___ SUPPLIED DATA

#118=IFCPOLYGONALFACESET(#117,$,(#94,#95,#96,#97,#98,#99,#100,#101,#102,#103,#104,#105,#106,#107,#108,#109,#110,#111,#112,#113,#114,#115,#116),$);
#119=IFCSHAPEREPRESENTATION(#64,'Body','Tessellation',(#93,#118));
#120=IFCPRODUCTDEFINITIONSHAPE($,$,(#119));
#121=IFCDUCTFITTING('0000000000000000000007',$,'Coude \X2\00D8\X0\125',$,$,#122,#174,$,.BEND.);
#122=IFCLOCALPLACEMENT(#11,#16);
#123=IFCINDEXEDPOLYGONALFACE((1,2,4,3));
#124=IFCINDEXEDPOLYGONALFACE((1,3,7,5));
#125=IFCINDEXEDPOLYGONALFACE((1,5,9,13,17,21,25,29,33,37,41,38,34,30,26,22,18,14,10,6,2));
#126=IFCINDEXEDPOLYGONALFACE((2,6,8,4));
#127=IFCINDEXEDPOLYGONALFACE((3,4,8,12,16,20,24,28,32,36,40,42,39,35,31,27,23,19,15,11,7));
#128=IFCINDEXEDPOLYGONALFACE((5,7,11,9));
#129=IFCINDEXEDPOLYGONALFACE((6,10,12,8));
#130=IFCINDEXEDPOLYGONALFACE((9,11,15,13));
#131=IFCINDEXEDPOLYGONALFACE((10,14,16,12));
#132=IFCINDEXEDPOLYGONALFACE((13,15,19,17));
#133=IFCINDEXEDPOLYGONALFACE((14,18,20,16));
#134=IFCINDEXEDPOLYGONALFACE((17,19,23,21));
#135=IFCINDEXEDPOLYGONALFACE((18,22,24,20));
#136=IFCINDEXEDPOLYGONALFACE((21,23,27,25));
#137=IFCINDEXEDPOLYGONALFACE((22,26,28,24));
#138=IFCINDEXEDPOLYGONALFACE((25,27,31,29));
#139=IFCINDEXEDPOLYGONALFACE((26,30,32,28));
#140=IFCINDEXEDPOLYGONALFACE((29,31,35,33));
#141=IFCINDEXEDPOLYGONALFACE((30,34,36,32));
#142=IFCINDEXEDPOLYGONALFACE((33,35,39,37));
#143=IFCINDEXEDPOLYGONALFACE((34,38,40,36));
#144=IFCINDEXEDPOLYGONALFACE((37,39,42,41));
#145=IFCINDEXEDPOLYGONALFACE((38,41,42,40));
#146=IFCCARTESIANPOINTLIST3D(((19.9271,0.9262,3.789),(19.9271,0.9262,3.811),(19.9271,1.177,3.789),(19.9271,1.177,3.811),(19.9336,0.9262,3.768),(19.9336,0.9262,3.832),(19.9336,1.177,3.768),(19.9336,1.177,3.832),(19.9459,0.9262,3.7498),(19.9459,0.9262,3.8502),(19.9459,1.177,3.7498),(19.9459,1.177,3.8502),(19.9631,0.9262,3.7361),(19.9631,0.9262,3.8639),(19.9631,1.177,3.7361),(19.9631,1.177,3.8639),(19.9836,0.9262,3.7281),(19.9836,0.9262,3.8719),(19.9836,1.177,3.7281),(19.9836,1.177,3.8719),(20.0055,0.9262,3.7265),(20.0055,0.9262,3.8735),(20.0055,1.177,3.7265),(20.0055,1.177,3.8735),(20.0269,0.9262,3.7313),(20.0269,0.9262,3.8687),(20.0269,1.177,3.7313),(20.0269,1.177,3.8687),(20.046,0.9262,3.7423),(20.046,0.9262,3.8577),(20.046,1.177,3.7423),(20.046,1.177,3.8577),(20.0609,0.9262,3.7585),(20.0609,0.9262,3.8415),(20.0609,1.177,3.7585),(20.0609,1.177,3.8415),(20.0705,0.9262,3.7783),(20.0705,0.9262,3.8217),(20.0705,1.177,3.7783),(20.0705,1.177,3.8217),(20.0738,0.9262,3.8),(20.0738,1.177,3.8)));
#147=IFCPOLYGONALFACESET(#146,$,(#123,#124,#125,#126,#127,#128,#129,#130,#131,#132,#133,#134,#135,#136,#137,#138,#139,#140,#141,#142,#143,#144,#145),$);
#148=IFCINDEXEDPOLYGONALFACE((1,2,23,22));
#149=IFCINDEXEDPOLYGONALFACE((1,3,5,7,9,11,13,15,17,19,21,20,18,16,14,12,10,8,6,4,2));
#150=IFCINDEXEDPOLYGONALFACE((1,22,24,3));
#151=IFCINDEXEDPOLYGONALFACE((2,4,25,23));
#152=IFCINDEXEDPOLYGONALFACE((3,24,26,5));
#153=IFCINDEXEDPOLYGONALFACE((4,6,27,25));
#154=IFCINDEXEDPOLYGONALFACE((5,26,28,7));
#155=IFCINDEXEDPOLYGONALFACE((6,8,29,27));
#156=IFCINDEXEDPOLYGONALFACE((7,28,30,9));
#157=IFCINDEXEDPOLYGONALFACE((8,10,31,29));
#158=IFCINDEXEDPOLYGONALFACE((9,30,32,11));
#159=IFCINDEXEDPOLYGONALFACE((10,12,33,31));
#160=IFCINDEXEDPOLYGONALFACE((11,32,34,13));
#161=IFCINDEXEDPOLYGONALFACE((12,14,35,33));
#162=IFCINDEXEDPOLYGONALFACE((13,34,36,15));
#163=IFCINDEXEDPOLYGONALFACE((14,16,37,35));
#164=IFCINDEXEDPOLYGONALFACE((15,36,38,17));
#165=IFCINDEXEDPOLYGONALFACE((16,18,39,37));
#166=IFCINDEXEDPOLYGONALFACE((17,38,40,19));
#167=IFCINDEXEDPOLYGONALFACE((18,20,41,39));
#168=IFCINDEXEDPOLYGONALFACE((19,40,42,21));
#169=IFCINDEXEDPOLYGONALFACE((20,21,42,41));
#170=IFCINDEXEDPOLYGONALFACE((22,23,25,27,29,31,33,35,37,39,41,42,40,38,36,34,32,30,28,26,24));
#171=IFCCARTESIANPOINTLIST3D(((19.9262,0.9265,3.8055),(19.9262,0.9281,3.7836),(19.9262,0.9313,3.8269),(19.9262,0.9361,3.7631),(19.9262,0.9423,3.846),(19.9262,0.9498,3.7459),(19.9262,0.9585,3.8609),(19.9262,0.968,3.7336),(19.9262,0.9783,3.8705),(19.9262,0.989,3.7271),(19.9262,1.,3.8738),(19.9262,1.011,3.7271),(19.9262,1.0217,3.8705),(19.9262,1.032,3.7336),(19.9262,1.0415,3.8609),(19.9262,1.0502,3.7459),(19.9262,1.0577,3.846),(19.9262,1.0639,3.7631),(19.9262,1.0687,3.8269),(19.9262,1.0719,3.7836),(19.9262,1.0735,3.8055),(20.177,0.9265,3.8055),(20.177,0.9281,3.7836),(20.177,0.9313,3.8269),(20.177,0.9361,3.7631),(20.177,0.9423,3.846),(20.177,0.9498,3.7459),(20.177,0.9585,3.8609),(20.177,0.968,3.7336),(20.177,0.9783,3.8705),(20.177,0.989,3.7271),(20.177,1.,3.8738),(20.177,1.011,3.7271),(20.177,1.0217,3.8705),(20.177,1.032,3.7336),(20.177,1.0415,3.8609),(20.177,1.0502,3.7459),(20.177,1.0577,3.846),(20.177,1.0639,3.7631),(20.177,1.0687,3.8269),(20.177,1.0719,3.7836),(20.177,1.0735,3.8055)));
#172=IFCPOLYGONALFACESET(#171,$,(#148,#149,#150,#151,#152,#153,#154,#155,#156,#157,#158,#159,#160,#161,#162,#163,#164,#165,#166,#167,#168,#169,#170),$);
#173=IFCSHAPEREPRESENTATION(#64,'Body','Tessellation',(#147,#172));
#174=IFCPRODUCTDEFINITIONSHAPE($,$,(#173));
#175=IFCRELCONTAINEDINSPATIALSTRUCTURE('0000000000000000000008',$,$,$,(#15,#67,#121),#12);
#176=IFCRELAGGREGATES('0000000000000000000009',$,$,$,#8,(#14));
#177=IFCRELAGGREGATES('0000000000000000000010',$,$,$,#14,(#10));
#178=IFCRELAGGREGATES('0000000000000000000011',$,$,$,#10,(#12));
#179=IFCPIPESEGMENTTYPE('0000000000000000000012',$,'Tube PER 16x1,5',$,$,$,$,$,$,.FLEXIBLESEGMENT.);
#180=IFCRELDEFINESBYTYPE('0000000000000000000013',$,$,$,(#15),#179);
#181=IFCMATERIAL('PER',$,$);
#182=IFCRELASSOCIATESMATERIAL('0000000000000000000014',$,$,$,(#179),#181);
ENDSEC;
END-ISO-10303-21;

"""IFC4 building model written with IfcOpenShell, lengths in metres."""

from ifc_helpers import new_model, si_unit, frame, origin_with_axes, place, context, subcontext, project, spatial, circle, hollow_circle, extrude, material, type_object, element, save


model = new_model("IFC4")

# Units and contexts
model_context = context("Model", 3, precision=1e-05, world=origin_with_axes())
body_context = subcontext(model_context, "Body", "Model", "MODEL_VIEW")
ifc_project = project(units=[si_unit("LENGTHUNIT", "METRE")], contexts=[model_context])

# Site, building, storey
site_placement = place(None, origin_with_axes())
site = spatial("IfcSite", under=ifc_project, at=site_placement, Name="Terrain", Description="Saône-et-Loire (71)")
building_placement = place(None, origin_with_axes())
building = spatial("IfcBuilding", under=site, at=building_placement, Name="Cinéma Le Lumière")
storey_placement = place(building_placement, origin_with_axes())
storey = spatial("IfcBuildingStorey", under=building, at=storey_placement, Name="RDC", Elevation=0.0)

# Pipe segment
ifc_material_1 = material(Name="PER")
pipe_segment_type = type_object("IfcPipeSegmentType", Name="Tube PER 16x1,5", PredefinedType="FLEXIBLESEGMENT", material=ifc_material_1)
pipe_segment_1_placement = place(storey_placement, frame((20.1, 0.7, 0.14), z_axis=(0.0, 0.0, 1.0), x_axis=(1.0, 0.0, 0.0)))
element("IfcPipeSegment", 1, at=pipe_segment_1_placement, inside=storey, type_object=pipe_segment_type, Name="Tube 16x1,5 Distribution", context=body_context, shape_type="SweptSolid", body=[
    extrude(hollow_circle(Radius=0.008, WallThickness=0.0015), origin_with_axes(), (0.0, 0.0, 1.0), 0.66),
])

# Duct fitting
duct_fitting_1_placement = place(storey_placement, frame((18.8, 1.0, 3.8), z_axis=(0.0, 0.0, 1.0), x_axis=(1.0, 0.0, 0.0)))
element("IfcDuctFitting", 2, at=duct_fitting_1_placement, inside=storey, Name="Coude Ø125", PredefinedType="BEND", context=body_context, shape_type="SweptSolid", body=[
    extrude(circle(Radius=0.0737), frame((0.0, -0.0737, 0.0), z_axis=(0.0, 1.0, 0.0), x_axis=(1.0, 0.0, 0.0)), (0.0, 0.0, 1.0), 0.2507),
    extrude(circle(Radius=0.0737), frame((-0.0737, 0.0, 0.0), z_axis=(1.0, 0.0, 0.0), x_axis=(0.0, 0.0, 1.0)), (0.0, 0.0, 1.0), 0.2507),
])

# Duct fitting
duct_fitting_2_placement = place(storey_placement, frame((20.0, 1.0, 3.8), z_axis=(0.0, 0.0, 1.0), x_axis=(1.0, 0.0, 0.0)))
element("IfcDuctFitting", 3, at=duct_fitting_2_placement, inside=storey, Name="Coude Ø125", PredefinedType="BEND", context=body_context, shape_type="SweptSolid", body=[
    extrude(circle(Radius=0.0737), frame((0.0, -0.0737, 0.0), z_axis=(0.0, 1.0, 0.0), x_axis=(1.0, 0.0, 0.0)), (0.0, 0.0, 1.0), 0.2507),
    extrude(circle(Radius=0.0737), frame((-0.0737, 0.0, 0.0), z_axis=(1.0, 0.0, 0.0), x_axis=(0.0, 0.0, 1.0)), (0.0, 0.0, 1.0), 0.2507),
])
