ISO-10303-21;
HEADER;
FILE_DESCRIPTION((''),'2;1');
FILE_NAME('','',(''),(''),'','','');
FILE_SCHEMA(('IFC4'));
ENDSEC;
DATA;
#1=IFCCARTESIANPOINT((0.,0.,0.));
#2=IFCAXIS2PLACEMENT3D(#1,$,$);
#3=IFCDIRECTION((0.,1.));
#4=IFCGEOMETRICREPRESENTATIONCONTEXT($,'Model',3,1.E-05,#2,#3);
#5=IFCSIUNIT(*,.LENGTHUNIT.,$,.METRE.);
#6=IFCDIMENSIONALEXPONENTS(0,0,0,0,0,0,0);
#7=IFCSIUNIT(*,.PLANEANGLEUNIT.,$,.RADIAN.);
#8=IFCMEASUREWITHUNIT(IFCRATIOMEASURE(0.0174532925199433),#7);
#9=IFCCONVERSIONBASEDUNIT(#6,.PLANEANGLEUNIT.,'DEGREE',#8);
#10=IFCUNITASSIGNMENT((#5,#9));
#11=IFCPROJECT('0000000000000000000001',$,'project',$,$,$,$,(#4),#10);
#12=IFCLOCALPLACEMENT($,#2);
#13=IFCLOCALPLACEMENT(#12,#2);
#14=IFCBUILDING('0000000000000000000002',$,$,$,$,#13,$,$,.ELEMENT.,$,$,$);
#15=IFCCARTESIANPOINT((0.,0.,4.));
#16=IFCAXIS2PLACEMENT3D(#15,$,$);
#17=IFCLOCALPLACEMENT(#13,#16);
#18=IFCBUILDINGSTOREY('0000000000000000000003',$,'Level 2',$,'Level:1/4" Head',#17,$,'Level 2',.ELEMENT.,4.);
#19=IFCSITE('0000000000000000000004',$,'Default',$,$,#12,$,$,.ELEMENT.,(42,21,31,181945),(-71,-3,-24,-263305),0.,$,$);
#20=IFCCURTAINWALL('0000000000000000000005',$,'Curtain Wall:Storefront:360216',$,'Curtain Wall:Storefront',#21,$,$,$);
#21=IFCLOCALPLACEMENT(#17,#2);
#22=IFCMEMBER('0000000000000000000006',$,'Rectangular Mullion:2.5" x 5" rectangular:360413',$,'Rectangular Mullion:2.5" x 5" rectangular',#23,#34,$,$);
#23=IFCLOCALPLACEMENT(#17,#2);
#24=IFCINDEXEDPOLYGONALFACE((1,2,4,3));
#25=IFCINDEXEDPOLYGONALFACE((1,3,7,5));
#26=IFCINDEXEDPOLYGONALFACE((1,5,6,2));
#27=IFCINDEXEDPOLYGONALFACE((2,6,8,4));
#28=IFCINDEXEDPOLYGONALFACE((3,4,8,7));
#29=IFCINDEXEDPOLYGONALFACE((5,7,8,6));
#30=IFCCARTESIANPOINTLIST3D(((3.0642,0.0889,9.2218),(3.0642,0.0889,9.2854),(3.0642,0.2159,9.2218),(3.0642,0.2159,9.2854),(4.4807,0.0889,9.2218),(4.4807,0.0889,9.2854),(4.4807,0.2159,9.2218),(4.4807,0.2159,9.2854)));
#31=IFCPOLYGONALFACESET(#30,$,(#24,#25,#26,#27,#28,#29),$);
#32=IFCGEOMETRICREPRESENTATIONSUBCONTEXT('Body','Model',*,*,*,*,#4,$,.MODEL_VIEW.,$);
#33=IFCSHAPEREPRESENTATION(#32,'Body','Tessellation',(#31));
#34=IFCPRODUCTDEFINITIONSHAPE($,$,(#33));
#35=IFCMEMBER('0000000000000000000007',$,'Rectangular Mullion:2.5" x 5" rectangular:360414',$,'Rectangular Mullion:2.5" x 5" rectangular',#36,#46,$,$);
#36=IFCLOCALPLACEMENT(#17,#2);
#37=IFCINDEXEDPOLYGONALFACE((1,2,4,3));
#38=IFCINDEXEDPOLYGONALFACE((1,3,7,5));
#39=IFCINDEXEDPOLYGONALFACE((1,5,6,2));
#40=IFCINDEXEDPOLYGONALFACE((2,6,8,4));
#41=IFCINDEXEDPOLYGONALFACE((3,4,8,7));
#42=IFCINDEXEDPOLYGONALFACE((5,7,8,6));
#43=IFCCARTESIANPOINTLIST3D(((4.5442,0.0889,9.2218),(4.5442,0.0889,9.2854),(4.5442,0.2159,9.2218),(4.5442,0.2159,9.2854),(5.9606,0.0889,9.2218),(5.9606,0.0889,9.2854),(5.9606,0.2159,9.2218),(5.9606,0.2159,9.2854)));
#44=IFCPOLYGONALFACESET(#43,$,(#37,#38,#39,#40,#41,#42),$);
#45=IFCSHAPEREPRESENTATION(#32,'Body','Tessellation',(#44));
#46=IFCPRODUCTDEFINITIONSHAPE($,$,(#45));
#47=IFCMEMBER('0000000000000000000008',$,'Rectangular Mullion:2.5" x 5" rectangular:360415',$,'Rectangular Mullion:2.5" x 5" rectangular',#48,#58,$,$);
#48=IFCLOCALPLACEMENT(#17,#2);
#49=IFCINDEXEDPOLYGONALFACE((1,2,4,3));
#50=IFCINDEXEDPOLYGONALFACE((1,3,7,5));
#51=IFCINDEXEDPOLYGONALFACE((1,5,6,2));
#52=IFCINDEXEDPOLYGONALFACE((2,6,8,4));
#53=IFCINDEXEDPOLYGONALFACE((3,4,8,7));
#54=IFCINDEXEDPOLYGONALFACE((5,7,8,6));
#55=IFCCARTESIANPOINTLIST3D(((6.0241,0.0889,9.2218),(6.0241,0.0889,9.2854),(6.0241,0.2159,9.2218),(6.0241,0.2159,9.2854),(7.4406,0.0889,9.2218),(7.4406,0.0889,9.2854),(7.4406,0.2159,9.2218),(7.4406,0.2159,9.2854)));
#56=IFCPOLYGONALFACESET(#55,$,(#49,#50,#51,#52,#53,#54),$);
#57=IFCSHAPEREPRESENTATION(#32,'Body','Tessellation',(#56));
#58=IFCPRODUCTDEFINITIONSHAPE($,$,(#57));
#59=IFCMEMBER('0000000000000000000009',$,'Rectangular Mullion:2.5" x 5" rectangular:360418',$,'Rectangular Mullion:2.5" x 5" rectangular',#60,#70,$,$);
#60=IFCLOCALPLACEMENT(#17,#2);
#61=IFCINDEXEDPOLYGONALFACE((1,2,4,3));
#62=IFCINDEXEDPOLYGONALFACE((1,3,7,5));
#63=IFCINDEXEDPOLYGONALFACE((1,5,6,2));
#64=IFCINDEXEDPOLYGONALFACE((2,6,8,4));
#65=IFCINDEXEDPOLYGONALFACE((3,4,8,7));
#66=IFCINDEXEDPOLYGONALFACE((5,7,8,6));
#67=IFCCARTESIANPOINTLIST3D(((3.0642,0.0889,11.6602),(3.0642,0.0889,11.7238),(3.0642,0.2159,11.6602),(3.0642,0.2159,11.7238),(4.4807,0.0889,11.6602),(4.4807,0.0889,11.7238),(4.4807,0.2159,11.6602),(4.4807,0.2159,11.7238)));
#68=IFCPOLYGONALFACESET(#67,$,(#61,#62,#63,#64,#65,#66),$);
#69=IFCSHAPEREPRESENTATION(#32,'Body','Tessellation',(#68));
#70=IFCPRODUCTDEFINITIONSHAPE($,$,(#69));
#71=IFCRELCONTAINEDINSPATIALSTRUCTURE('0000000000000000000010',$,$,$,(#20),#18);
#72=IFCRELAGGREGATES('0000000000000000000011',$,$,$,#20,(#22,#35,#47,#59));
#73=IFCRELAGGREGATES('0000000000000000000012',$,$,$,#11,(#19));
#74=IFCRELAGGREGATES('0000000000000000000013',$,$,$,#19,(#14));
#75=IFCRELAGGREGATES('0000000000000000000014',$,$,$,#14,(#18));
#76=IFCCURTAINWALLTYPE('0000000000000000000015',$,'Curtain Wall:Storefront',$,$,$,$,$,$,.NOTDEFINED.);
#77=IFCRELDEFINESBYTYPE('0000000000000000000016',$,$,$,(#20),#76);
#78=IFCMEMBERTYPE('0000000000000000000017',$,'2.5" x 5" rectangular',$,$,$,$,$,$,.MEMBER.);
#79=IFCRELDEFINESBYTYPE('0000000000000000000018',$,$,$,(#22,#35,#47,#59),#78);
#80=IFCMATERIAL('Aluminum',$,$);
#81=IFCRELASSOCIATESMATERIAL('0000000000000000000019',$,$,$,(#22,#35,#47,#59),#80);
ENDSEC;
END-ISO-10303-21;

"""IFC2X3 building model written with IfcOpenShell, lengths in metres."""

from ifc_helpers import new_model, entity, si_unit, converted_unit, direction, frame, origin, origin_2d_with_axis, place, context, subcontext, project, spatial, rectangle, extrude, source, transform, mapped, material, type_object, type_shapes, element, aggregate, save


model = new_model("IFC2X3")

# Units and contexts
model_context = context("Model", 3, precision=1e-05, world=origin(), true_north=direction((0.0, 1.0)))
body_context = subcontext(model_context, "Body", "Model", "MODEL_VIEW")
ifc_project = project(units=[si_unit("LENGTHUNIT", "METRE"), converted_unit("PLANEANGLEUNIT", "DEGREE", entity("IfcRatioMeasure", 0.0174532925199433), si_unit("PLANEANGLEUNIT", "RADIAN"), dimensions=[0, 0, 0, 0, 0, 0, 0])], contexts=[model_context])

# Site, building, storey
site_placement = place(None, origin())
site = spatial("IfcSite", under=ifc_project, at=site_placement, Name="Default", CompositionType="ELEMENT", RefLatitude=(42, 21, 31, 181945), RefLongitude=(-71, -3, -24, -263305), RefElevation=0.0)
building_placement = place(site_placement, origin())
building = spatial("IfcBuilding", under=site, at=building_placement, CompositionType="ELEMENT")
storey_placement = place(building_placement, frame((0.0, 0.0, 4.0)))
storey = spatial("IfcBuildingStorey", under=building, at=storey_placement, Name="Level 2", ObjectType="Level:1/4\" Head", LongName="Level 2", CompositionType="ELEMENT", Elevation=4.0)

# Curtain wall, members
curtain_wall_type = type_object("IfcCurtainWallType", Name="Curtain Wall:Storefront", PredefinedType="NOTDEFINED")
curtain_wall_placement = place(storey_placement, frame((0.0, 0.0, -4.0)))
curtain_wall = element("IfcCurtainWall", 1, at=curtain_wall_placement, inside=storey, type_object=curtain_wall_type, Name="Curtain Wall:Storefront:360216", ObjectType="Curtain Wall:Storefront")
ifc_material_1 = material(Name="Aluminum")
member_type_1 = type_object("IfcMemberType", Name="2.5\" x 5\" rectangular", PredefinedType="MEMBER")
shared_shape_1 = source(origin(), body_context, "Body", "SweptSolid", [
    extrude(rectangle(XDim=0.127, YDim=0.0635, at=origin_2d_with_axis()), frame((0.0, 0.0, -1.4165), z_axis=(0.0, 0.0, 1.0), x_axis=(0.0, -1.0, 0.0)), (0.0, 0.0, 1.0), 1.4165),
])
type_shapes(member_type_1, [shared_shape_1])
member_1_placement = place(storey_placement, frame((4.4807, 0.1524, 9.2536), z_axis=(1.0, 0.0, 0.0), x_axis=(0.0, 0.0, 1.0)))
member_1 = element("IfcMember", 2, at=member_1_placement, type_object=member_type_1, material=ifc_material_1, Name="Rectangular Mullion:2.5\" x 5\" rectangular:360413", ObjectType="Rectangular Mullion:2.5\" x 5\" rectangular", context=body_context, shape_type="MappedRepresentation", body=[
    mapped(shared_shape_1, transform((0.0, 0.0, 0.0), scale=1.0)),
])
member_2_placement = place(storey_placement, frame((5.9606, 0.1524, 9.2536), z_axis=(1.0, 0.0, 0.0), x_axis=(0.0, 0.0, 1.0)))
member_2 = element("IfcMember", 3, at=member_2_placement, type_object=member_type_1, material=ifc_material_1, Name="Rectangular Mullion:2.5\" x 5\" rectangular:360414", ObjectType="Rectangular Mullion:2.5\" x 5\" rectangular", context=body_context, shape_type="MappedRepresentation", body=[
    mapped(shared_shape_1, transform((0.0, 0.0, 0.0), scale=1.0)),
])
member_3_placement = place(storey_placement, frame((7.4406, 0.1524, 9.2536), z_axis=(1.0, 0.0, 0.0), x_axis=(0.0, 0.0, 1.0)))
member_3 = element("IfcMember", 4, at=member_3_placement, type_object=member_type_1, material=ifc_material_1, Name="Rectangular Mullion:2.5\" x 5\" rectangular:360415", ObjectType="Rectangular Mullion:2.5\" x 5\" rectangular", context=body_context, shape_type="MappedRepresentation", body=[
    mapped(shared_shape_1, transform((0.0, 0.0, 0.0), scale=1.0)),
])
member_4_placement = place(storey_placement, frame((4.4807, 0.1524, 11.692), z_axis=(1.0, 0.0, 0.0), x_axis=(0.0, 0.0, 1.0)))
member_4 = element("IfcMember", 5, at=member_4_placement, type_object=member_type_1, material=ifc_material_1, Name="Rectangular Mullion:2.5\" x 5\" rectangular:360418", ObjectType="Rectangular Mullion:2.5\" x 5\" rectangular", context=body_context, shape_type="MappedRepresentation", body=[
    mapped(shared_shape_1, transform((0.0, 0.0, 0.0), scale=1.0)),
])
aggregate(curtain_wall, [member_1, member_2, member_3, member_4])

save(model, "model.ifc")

______

EXERCISE — Gather from the entries above all lines that include the string "Tessellation".

RESULT OF THIS EXERCISE —
#119=IFCSHAPEREPRESENTATION(#64,'Body','Tessellation',(#93,#118));
#173=IFCSHAPEREPRESENTATION(#64,'Body','Tessellation',(#147,#172));
#33=IFCSHAPEREPRESENTATION(#32,'Body','Tessellation',(#31));
#45=IFCSHAPEREPRESENTATION(#32,'Body','Tessellation',(#44));
#57=IFCSHAPEREPRESENTATION(#32,'Body','Tessellation',(#56));
#69=IFCSHAPEREPRESENTATION(#32,'Body','Tessellation',(#68));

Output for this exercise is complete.